Аркадий Ваксберг – Загадка и магия Лили Брик (страница 71)
Пребывая в Москве, Бурлюк написал маслом и акварелью два портрета Лили, украсившие ее коллекцию. «Совсем непохожие, но нарядные» — такую аттестацию дала модель этим портретам в письме Эльзе. О том, как вышучивала она потребность в сходстве портрета и оригинала, как предлагала для получения сходства обращаться не к художнику, а фотографу, Лиля, как видно, уже позабыла.
Возвратившись домой, Якобсон писал: «Лиличка, дорогая, никогда так крепко Тебя не любил, как сейчас. Сколько в Тебе красоты, мудрости и человечности! Давно мне не было так весело, благодатно и просто, как у Тебя в доме». Бурлюк не знал, что во всех лубянских документах он вплоть до 1964 года именовался американским шпионом и уже только поэтому находился под постоянным наблюдением «органов». Стало быть — опять же хотя бы только поэтому — Лилин «салон» не мог обойтись без «жучков»: каждое слово, произнесенное здесь, фиксировалось в досье спецслужб. Сбор материала для будущих арестов осуществляли те же самые люди, которых Хрущев понудил заниматься реабилитацией своих жертв.
С помощью Константина Симонова Лиля и Катанян получили возможность снова уехать во Францию осенью 1956 года, проведя перед этим лето на Николиной Горе. С тех пор эта возможность за ними так и останется, и Лиля будет пользоваться ею почти до конца своих дней, проводя до декабря время в Париже, на Мельнице и на Лазурном Берегу. Формальное приглашение всегда исходило от Эльзы и Арагона — они же оплачивали и поездку, и пребывание.
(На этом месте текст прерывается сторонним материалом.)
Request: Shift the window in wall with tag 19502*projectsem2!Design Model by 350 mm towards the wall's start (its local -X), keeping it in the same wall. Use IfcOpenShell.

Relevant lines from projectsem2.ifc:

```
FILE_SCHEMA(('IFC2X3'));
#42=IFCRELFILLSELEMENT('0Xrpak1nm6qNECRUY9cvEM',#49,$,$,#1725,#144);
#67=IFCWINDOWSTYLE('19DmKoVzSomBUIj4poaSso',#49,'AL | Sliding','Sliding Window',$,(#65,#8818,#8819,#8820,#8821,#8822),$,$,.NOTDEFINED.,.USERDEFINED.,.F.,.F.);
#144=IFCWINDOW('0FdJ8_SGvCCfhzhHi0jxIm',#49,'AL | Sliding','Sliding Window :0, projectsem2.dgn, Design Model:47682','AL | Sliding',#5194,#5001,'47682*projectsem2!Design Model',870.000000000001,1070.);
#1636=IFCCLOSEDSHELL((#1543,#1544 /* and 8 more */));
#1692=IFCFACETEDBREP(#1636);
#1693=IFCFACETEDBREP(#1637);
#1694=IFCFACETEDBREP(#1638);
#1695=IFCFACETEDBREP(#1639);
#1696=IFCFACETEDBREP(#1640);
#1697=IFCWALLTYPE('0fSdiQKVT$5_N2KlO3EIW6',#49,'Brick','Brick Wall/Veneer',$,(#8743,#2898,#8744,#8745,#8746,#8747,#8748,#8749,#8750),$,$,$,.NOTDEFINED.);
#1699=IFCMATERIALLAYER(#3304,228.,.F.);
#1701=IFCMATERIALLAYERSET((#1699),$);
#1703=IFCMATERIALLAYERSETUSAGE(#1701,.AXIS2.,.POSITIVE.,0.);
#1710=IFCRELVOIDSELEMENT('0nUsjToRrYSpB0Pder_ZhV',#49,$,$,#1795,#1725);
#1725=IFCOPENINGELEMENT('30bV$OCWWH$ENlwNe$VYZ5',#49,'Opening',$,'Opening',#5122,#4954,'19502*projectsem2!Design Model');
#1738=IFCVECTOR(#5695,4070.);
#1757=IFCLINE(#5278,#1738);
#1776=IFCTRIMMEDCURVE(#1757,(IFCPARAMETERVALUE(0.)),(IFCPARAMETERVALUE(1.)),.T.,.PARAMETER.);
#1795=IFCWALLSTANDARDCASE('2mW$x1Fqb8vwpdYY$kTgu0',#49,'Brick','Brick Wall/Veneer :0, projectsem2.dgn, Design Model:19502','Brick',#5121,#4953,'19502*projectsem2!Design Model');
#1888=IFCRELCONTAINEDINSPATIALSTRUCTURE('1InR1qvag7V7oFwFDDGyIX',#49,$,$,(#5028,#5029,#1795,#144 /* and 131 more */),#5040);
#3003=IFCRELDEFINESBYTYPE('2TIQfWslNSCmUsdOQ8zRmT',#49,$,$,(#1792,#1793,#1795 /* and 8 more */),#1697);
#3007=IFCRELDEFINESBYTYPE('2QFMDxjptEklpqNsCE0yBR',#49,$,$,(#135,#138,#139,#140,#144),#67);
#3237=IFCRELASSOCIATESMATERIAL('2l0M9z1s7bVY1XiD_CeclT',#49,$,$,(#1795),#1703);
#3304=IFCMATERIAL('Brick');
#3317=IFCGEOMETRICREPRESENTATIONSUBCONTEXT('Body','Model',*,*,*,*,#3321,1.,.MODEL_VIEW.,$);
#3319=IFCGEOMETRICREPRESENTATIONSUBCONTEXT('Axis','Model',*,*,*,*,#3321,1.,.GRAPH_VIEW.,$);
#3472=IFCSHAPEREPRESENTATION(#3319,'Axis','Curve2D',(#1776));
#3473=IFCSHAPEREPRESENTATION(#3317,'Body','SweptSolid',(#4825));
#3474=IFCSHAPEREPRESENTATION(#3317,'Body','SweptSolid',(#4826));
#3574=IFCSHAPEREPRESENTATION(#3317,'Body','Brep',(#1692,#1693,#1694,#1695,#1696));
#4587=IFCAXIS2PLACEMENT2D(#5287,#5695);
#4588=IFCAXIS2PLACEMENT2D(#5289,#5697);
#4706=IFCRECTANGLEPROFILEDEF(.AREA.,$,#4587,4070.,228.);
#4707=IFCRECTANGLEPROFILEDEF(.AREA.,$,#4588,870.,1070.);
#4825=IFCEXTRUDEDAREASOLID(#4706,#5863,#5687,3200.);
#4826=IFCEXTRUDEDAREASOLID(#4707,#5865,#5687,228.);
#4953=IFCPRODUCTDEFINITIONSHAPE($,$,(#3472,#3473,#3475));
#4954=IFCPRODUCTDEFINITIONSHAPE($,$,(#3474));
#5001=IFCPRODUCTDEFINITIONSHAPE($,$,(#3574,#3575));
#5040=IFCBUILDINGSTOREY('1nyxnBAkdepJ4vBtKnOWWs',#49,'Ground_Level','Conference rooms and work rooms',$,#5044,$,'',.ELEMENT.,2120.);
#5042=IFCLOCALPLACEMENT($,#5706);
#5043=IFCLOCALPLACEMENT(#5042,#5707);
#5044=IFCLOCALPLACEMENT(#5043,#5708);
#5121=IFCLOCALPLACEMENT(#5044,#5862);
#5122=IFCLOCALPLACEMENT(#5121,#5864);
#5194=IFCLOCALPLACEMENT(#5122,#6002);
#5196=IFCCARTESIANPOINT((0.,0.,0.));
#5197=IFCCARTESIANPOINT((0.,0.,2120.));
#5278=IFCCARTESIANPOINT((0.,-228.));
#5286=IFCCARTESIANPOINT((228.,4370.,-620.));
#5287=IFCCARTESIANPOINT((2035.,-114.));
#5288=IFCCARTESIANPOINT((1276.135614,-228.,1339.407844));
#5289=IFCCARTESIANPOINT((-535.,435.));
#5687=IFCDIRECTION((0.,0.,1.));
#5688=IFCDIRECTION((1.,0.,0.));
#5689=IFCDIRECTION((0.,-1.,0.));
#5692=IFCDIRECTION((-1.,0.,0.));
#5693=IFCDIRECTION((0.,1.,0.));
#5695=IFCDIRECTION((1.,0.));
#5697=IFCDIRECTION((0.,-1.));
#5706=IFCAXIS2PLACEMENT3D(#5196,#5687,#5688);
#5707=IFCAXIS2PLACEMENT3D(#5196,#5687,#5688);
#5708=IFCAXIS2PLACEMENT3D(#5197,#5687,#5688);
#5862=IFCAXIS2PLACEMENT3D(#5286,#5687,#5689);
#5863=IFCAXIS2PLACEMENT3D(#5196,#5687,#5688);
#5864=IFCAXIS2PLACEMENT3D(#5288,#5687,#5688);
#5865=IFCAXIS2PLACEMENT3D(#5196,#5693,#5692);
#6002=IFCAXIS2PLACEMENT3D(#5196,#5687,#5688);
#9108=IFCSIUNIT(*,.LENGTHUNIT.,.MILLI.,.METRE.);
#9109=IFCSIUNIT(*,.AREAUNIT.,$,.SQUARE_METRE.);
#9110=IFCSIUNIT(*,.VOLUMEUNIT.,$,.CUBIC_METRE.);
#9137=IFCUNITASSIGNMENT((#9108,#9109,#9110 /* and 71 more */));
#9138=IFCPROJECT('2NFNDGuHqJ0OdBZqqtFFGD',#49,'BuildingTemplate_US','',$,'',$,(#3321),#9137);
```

```python
import ifcopenshell
import ifcopenshell.api.geometry
import ifcopenshell.util.placement

model = ifcopenshell.open("projectsem2.ifc")

window = model.by_guid("0FdJ8_SGvCCfhzhHi0jxIm")
opening = window.FillsVoids[0].RelatingOpeningElement
wall = opening.VoidsElements[0].RelatingBuildingElement

wall_matrix = ifcopenshell.util.placement.get_local_placement(wall.ObjectPlacement)
shift = wall_matrix[:3, 0] * -350.0
before = ifcopenshell.util.placement.get_local_placement(window.ObjectPlacement)[:3, 3].copy()

# The window is placed relative to its opening, so it follows when the opening moves.
matrix = ifcopenshell.util.placement.get_local_placement(opening.ObjectPlacement)
matrix[:3, 3] += shift
ifcopenshell.api.geometry.edit_object_placement(
    model, product=opening, matrix=matrix, is_si=False, should_transform_children=True
)

after = ifcopenshell.util.placement.get_local_placement(window.ObjectPlacement)[:3, 3]
print("window moved by", (after - before).round(3) + 0.0)

model.write("projectsem2_v2.ifc")
```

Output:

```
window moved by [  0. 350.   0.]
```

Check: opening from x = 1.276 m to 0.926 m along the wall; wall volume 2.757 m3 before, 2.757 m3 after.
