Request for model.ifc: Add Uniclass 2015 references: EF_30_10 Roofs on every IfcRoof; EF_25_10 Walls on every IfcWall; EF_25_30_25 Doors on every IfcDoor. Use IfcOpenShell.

First a look at what the model holds.

```python
import ifcopenshell

model = ifcopenshell.open("model.ifc")
print(model.schema)
print("classifications:", [c.Name for c in model.by_type("IfcClassification")])
for ifc_class in ("IfcDoor", "IfcRoof", "IfcStair", "IfcWall", "IfcWindow"):
    print(ifc_class, len(model.by_type(ifc_class)))
```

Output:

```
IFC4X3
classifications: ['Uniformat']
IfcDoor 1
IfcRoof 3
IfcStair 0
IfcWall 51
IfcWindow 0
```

```python
import ifcopenshell
import ifcopenshell.api.classification

model = ifcopenshell.open("model.ifc")

system = ifcopenshell.api.classification.add_classification(model, classification="Uniclass 2015")

codes = {
    "IfcRoof": ("EF_30_10", "Roofs"),
    "IfcWall": ("EF_25_10", "Walls"),
    "IfcDoor": ("EF_25_30_25", "Doors"),
}
for ifc_class, (code, name) in codes.items():
    products = model.by_type(ifc_class)
    ifcopenshell.api.classification.add_reference(
        model, products=products, classification=system, identification=code, name=name
    )
    print(code, len(products))

model.write("model_edited.ifc")
```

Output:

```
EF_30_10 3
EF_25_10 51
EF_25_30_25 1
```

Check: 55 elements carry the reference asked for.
Встречи с Марком Шагалом, Натальей Гончаровой, Михаилом Ларионовым и другими выдающимися изгнанниками возвращали Лилю в самую счастливую пору ее жизни, заставляя забыть о неумолимом беге времени. С невероятной быстротой, как снежный ком, росло число французских друзей: каждый приезд в Париж приносил новые знакомства, которые никогда не оставались только светскими и «протокольными». Лиля часто встречалась с писателем, художником, режиссером Жаном Кокто. С бывшим дадаистом она легко находила общий язык — куда легче, чем со знатными московскими соцреалистами и неутомимыми «подручными партии», как чуть позже аттестует советских писателей Никита Хрущев, выступая на их съезде.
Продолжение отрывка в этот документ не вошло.